# Executive Summary


## Key Takeaways

1. More sales occur on mobile devices than the web.
2. Target majority of ad spend on Facebook and Google Ads.
3. New York appears to have approximately 3 times as many users when compared to the other top 10 major cities, out of 923 cities.

## Data Challenge: XYZ Software Sales


### Background

Compant XYZ Software sale revenues have been flat for some time. The VP ran a test to increase the price of the product in hopes that it would boost revenue.

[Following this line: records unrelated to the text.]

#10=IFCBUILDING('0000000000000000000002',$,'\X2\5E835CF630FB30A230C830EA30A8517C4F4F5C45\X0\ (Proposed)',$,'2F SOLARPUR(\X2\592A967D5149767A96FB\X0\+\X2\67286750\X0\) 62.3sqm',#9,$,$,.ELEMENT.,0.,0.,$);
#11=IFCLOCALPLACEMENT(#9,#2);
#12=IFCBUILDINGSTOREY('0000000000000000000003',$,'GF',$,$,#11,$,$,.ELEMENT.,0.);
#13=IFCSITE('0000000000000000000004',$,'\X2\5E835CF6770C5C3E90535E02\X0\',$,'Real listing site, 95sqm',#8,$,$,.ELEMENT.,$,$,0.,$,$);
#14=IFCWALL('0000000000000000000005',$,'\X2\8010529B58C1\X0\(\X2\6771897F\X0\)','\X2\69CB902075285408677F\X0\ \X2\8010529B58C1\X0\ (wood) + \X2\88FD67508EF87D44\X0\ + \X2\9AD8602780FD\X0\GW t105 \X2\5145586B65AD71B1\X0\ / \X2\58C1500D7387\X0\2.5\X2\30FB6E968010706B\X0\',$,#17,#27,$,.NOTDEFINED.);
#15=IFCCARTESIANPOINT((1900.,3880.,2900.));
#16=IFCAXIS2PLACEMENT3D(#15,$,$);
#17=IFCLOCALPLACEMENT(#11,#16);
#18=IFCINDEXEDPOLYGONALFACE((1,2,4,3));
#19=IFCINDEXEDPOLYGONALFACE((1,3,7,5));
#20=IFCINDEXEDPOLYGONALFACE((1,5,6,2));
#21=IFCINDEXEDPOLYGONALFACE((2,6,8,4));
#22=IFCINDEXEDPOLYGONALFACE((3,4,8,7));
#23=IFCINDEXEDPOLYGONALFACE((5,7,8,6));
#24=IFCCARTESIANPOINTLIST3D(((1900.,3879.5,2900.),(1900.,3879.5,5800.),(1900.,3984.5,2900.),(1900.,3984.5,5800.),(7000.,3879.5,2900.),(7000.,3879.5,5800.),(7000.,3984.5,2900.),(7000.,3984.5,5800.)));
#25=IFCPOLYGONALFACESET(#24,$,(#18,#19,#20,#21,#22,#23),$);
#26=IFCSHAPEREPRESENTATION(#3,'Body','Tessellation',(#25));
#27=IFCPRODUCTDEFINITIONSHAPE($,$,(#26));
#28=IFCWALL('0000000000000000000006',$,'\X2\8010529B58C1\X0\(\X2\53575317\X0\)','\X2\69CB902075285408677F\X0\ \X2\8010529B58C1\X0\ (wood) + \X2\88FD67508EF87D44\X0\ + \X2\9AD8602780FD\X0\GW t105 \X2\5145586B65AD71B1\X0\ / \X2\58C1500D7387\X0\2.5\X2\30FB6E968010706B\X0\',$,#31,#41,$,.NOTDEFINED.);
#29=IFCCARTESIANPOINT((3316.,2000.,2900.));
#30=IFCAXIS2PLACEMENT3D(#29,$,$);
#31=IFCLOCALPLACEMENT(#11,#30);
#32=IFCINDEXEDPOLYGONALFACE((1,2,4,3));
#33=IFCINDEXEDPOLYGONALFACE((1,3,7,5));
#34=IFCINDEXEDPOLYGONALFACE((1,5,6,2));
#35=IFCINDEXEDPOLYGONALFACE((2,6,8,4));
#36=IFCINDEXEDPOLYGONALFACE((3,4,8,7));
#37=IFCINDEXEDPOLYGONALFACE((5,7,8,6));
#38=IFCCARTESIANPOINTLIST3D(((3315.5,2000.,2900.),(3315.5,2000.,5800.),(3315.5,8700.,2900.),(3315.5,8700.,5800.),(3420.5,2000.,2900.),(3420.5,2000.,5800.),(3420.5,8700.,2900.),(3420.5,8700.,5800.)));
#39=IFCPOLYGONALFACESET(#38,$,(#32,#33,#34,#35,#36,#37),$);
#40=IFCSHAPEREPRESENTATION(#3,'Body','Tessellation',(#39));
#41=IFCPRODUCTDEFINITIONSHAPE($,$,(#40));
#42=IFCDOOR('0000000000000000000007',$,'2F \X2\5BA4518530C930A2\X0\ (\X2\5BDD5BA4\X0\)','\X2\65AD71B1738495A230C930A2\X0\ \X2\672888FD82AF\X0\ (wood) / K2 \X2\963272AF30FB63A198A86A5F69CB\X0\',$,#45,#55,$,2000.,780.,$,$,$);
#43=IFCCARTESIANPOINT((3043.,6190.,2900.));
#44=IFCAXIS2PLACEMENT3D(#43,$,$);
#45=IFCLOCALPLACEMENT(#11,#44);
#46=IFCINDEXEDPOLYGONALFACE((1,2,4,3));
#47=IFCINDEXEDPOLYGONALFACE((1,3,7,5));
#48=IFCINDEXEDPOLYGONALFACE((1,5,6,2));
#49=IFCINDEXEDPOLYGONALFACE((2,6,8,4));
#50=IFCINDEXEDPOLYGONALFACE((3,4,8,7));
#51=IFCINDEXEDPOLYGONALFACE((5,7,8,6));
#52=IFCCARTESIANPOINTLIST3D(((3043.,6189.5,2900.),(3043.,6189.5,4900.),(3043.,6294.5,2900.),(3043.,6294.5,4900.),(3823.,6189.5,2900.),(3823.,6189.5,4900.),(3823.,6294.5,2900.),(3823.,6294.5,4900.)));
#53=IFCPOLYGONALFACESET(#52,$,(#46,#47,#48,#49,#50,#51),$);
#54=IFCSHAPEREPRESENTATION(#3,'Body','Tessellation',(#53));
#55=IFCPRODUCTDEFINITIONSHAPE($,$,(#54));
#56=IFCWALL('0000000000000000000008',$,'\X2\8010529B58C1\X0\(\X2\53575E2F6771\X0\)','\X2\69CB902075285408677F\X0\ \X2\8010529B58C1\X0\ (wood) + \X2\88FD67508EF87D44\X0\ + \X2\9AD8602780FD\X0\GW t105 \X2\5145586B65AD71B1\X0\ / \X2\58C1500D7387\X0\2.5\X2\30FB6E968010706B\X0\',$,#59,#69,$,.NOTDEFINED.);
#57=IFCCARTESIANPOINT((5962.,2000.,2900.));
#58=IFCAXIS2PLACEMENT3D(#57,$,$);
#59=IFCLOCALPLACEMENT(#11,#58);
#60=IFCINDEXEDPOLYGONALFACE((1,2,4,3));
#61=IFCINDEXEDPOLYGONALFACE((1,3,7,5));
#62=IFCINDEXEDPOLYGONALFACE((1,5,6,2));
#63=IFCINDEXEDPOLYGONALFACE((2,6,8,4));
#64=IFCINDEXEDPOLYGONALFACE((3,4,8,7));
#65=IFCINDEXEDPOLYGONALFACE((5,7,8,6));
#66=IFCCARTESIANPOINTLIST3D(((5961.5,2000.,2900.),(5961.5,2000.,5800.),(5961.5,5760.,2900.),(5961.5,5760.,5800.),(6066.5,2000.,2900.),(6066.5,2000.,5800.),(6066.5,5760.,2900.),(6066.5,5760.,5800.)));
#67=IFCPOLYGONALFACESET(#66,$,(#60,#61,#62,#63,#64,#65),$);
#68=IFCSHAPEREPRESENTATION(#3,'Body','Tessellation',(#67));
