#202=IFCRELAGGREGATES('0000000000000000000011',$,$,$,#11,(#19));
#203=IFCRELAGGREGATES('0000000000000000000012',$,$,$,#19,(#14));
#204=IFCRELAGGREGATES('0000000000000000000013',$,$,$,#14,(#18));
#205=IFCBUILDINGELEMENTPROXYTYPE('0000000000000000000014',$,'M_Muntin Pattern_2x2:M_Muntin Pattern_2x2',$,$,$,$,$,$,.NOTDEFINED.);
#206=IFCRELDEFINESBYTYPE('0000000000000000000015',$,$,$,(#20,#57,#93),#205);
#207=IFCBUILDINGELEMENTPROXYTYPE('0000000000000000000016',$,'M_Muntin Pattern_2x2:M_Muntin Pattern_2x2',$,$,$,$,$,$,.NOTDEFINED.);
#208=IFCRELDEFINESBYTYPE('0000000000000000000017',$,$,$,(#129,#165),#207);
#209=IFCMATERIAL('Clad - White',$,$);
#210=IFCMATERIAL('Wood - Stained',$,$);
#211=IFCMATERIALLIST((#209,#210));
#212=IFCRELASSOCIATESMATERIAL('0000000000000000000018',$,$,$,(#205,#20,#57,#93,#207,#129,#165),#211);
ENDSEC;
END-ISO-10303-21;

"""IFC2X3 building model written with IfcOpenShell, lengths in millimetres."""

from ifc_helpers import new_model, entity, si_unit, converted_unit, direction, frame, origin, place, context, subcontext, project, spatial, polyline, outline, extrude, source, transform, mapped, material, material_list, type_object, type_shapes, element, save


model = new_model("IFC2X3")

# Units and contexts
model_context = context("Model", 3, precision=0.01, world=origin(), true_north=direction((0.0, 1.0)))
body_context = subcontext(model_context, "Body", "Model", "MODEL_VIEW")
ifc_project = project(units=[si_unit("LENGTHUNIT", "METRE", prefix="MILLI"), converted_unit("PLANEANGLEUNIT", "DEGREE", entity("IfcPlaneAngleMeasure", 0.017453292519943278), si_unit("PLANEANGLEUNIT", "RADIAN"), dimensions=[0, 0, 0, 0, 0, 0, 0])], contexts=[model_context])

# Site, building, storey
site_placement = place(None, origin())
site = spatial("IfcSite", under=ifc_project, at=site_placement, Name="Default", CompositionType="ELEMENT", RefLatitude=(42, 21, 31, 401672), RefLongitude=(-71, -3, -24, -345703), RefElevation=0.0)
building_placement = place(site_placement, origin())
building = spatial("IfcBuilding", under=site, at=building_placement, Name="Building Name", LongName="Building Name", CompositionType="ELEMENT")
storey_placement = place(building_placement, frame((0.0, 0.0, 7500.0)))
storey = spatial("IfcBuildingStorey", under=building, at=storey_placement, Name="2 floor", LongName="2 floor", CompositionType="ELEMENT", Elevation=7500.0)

* VP A/B tested software sales with 66% of users paying `$`39 per month and a sample of 33\% that pay `$`59 per month.
* The test has been running for some time and the VP wants to know if they should increase the price to \$59 for all users.

### Questions

1. Should XYZ sell the software for `$`39 or `$`59 per month?
2. What actionable insights from data exploration can improve conversion rates?
3. VP feels statistically significant results should be produced in a shorter time. How many days after the test began should it have been stopped and why?

# Data Preparation

### Load packages and import data

In [1]:
import numpy as np
import pandas as pd
import seaborn as sns
import matplotlib.pyplot as plt
%matplotlib inline

from dataprep.eda import plot, plot_correlation, plot_missing

In [2]:
# Load the data

test_res = pd.read_csv('test_results.csv')
users = pd.read_csv('user_table.csv')

FileNotFoundError: [Errno 2] File test_results.csv does not exist: 'test_results.csv'

#### Inspect the Data

In [None]:
test_res.head()

In [None]:
users.head()

Data from `test_res` has an unnamed column. I will remove that.

In [None]:
del test_res['Unnamed: 0']

In [None]:
test_res.head()

Explore data types of both datasets

In [None]:
test_res.dtypes

This will require some transformation. I will want to convert the `timestamp` to a `datetime` object. 

In [None]:
test_res.timestamp = pd.to_datetime(test_res.timestamp, errors='coerce')

In [None]:
test_res.dtypes

Now explore the `users` data

In [None]:
users.dtypes

Before I begin to look for duplicate and missing values I would like to explore some basic plots of the data.

In [None]:
plot(test_res)

It looks like direct traffic, google ads, and facebook comprise the top 3 traffice sources. More purchases are made by mobile than on web. Windows, iOS, and Android and the three primary operating systems.

In [None]:
plot(users)

The most important takeaway is that most users come from New York.

#### Merge dataframes on `user_id`

In [None]:
df_merged = test_res.merge(users, on='user_id', how='left')

In [None]:
df_merged.shape

In [None]:
df_merged.head()

#### Remove duplicate values

In [None]:
# Rows containing duplicate data
duplicate_rows_df = df_merged[df_merged.duplicated()]
print("number of duplicate rows: ", duplicate_rows_df.shape)

In [None]:
# Dropping the duplicates 
df_merged = df_merged.drop_duplicates()
df_merged.head(10)

#### Remove Missing Values

In [None]:
# Finding the null values.
print(df_merged.isnull().sum())

There are quite a few missing values. Numerous timestamp missing, this could be from the device from which a purchase was recorderd, relatively few (~312) missing values for source, numerous (20339) missing from OS, and consistently missing location information.

In [None]:
# Dropping the missing values.
df_clean = df_merged.dropna() 
df_clean.count()

Now that the dataset is clean start exploring relationships between variables

# Exploratory Data Analysis

#### Explore relationships between variables

To better explore reltionships between variables plot correlations.

In [None]:
plot_correlation(df_clean)

Not gleaning a lot of useful information from this. Will need to explore data further.